> [TASK GOAL]
Please repeat the lines below exactly. Begin with the line containing "FILE_DESCRIPTION((''),'2;1');" and go on through the line containing "#16=IFCDIMENSIONALEXPONENTS(1,0,0,0,0,0,0);".

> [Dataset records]
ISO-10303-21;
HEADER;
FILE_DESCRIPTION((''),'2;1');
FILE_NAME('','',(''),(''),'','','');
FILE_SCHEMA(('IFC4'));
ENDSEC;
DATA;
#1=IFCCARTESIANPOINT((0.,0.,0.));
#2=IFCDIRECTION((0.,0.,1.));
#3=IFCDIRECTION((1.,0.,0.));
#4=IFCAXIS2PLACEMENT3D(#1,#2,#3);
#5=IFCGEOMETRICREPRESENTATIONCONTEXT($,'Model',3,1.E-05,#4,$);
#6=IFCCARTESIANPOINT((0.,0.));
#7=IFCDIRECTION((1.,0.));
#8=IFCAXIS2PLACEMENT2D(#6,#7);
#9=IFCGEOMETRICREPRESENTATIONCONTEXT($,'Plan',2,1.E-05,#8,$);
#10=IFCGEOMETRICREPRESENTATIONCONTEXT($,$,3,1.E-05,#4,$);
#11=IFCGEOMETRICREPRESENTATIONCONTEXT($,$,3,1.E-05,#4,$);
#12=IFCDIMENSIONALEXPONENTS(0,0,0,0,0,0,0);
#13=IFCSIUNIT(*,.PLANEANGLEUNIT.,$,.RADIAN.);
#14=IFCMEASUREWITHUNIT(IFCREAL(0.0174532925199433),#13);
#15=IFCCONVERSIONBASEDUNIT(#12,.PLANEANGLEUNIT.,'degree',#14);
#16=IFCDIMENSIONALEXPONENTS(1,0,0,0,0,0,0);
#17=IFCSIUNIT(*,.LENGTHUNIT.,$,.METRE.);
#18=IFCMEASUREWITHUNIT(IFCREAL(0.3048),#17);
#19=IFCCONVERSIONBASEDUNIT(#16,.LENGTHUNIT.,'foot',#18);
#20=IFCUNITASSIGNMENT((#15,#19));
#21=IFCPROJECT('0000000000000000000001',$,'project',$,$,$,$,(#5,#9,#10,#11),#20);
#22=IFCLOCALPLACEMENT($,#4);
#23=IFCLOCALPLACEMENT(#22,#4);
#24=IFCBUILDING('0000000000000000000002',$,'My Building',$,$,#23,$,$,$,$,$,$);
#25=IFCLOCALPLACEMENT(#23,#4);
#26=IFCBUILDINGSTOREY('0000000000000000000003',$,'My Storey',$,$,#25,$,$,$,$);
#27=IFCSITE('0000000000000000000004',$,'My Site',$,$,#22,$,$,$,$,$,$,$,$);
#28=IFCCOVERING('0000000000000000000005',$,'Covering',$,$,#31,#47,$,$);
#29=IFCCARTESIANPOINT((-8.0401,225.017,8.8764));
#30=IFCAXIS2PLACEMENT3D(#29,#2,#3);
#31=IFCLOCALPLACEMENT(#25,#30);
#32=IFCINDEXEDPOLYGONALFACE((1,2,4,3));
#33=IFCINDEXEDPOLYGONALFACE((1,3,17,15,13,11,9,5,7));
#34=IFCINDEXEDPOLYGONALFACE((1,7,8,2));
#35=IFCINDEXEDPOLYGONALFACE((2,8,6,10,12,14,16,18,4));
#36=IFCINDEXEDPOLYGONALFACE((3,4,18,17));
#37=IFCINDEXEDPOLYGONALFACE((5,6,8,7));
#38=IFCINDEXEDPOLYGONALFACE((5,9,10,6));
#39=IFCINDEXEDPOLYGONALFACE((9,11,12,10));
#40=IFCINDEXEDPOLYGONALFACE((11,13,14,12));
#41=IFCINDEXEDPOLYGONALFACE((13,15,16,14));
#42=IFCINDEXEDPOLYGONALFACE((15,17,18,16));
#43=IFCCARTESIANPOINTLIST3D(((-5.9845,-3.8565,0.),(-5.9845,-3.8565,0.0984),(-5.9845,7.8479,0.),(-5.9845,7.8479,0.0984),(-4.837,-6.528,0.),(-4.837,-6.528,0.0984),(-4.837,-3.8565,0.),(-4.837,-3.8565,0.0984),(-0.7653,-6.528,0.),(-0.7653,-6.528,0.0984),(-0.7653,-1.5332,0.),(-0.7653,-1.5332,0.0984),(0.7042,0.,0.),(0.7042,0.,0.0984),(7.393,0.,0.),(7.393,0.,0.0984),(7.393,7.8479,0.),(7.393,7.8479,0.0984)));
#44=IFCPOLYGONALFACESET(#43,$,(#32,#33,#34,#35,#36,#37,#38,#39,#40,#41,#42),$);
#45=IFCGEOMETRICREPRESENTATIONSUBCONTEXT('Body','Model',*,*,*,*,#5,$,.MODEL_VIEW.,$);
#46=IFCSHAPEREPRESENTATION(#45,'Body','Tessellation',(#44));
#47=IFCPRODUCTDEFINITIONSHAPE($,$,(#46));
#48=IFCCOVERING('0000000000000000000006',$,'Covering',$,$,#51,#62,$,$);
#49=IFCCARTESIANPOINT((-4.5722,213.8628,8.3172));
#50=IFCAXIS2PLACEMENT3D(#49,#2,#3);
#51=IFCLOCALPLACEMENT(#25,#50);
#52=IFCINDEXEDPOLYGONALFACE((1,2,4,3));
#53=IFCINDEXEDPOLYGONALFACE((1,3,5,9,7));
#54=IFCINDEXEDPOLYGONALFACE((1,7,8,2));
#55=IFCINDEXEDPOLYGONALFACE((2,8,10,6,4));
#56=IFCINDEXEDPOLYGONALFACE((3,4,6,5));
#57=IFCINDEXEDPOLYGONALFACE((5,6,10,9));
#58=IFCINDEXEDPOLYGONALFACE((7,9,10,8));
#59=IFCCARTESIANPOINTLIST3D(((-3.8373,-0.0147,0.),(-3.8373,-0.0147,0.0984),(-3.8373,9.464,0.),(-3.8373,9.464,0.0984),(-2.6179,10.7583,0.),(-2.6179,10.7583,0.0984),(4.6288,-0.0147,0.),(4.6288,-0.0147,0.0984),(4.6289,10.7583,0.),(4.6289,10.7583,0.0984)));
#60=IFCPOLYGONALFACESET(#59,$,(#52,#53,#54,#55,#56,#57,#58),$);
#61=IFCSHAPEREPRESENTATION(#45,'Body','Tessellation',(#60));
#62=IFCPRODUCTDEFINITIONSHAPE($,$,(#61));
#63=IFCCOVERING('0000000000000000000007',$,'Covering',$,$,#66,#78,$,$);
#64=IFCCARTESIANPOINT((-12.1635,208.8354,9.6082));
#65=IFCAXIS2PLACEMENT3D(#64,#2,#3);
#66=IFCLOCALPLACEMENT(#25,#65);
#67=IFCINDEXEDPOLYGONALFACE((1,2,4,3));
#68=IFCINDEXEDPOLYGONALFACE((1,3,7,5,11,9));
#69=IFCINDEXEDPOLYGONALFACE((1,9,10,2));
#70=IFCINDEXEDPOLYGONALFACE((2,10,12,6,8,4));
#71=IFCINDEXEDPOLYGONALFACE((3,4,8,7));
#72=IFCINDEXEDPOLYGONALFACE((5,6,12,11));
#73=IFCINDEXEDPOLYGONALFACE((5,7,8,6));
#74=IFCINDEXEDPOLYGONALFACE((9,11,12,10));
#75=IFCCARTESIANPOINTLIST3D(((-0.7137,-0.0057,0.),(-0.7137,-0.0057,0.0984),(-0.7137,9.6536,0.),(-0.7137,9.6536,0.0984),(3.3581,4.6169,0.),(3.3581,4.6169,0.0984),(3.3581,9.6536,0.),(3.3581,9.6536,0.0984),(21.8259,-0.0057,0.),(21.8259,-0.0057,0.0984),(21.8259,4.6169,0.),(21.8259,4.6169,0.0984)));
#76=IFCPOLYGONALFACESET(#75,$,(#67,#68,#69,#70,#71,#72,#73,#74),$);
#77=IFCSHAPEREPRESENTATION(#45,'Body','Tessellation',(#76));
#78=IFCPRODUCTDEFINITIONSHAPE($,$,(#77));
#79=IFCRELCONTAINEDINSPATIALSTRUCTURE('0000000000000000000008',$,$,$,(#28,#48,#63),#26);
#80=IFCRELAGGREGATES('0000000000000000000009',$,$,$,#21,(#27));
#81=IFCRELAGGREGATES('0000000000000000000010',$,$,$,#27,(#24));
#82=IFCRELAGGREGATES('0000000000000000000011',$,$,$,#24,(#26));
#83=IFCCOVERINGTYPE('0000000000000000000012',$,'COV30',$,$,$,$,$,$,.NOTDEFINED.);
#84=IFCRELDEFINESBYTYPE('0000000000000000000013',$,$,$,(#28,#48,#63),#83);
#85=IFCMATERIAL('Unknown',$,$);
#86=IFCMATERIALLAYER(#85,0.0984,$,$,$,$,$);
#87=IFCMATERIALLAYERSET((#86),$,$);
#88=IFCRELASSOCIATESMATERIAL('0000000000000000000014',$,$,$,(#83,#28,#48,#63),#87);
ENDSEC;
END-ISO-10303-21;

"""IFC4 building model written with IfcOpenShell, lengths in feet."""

from ifc_helpers import new_model, entity, si_unit, converted_unit, frame, origin_with_axes, origin_2d_with_axis, place, context, subcontext, project, spatial, line, indexed_curve, outline, extrude, material, layer, layer_set, layer_usage, type_object, element, save


model = new_model("IFC4")

# Units and contexts
model_context = context("Model", 3, precision=1e-05, world=origin_with_axes())
plan_context = context("Plan", 2, precision=1e-05, world=origin_2d_with_axis())
context_of_model_1 = context(None, 3, precision=1e-05, world=origin_with_axes())
context_of_model_2 = context(None, 3, precision=1e-05, world=origin_with_axes())
body_context_1 = subcontext(model_context, "Body", "Model", "MODEL_VIEW")
ifc_project = project(units=[converted_unit("PLANEANGLEUNIT", "degree", entity("IfcReal", 0.0174532925199433), si_unit("PLANEANGLEUNIT", "RADIAN"), dimensions=[0, 0, 0, 0, 0, 0, 0]), converted_unit("LENGTHUNIT", "foot", entity("IfcReal", 0.3048), si_unit("LENGTHUNIT", "METRE"), dimensions=[1, 0, 0, 0, 0, 0, 0])], contexts=[model_context, plan_context, context_of_model_1, context_of_model_2])

# Site, building, storey
site_placement = place(None, origin_with_axes())
site = spatial("IfcSite", under=ifc_project, at=site_placement, Name="My Site")
building_placement = place(site_placement, origin_with_axes())
building = spatial("IfcBuilding", under=site, at=building_placement, Name="My Building")
storey_placement = place(building_placement, origin_with_axes())
storey = spatial("IfcBuildingStorey", under=building, at=storey_placement, Name="My Storey")

# Coverings
ifc_material_1 = material(Name="Unknown")
ifc_layer_1 = layer(ifc_material_1, 0.0984)
ifc_layer_set_1 = layer_set([ifc_layer_1])
ifc_layer_usage_1 = layer_usage(ifc_layer_set_1, "AXIS3", "POSITIVE", 0.0)
covering_type = type_object("IfcCoveringType", Name="COV30", PredefinedType="NOTDEFINED", material=ifc_layer_set_1)
covering_1_placement = place(storey_placement, frame((-8.0401, 225.017, 8.8764), z_axis=(0.0, 0.0, 1.0), x_axis=(1.0, 0.0, 0.0)))
element("IfcCovering", 1, at=covering_1_placement, inside=storey, type_object=covering_type, material=ifc_layer_usage_1, Name="Covering", context=body_context_1, shape_type="SweptSolid", body=[
    extrude(outline(indexed_curve([(-5.9845, -3.8565), (-5.9845, 7.8479), (7.393, 7.8479), (7.393, 0.0), (0.7042, 0.0), (-0.7653, -1.5332), (-0.7653, -6.528), (-4.837, -6.528), (-4.837, -3.8565)], segments=[line(3, 2), line(2, 1), line(1, 9), line(9, 8), line(8, 7), line(7, 6), line(6, 5), line(5, 4), line(4, 3)], self_intersect=False)), None, (0.0, 0.0, 1.0), 0.0984),
])
ifc_layer_usage_2 = layer_usage(ifc_layer_set_1, "AXIS3", "POSITIVE", 0.0)
covering_2_placement = place(storey_placement, frame((-4.5722, 213.8628, 8.3172), z_axis=(0.0, 0.0, 1.0), x_axis=(1.0, 0.0, 0.0)))
element("IfcCovering", 2, at=covering_2_placement, inside=storey, type_object=covering_type, material=ifc_layer_usage_2, Name="Covering", context=body_context_1, shape_type="SweptSolid", body=[
    extrude(outline(indexed_curve([(-3.8373, 9.464), (-3.8373, -0.0147), (4.6288, -0.0147), (4.6289, 10.7583), (-2.6179, 10.7583)], segments=[line(4, 5), line(5, 1), line(1, 2), line(2, 3), line(3, 4)], self_intersect=False)), None, (0.0, 0.0, 1.0), 0.0984),
])
ifc_layer_usage_3 = layer_usage(ifc_layer_set_1, "AXIS3", "POSITIVE", 0.0)
covering_3_placement = place(storey_placement, frame((-12.1635, 208.8354, 9.6082), z_axis=(0.0, 0.0, 1.0), x_axis=(1.0, 0.0, 0.0)))
element("IfcCovering", 3, at=covering_3_placement, inside=storey, type_object=covering_type, material=ifc_layer_usage_3, Name="Covering", context=body_context_1, shape_type="SweptSolid", body=[
    extrude(outline(indexed_curve([(-0.7137, 9.6536), (3.3581, 9.6536), (21.8259, -0.0057), (-0.7137, -0.0057), (3.3581, 4.6169), (21.8259, 4.6169)], segments=[line(2, 5), line(5, 6), line(6, 3), line(3, 4), line(4, 1), line(1, 2)], self_intersect=False)), None, (0.0, 0.0, 1.0), 0.0984),
])

save(model, "model.ifc")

> [SOLUTION FOR THIS TASK]
FILE_DESCRIPTION((''),'2;1');
FILE_NAME('','',(''),(''),'','','');
FILE_SCHEMA(('IFC4'));
ENDSEC;
DATA;
#1=IFCCARTESIANPOINT((0.,0.,0.));
#2=IFCDIRECTION((0.,0.,1.));
#3=IFCDIRECTION((1.,0.,0.));
#4=IFCAXIS2PLACEMENT3D(#1,#2,#3);
#5=IFCGEOMETRICREPRESENTATIONCONTEXT($,'Model',3,1.E-05,#4,$);
#6=IFCCARTESIANPOINT((0.,0.));
#7=IFCDIRECTION((1.,0.));
#8=IFCAXIS2PLACEMENT2D(#6,#7);
#9=IFCGEOMETRICREPRESENTATIONCONTEXT($,'Plan',2,1.E-05,#8,$);
#10=IFCGEOMETRICREPRESENTATIONCONTEXT($,$,3,1.E-05,#4,$);
#11=IFCGEOMETRICREPRESENTATIONCONTEXT($,$,3,1.E-05,#4,$);
#12=IFCDIMENSIONALEXPONENTS(0,0,0,0,0,0,0);
#13=IFCSIUNIT(*,.PLANEANGLEUNIT.,$,.RADIAN.);
#14=IFCMEASUREWITHUNIT(IFCREAL(0.0174532925199433),#13);
#15=IFCCONVERSIONBASEDUNIT(#12,.PLANEANGLEUNIT.,'degree',#14);
#16=IFCDIMENSIONALEXPONENTS(1,0,0,0,0,0,0);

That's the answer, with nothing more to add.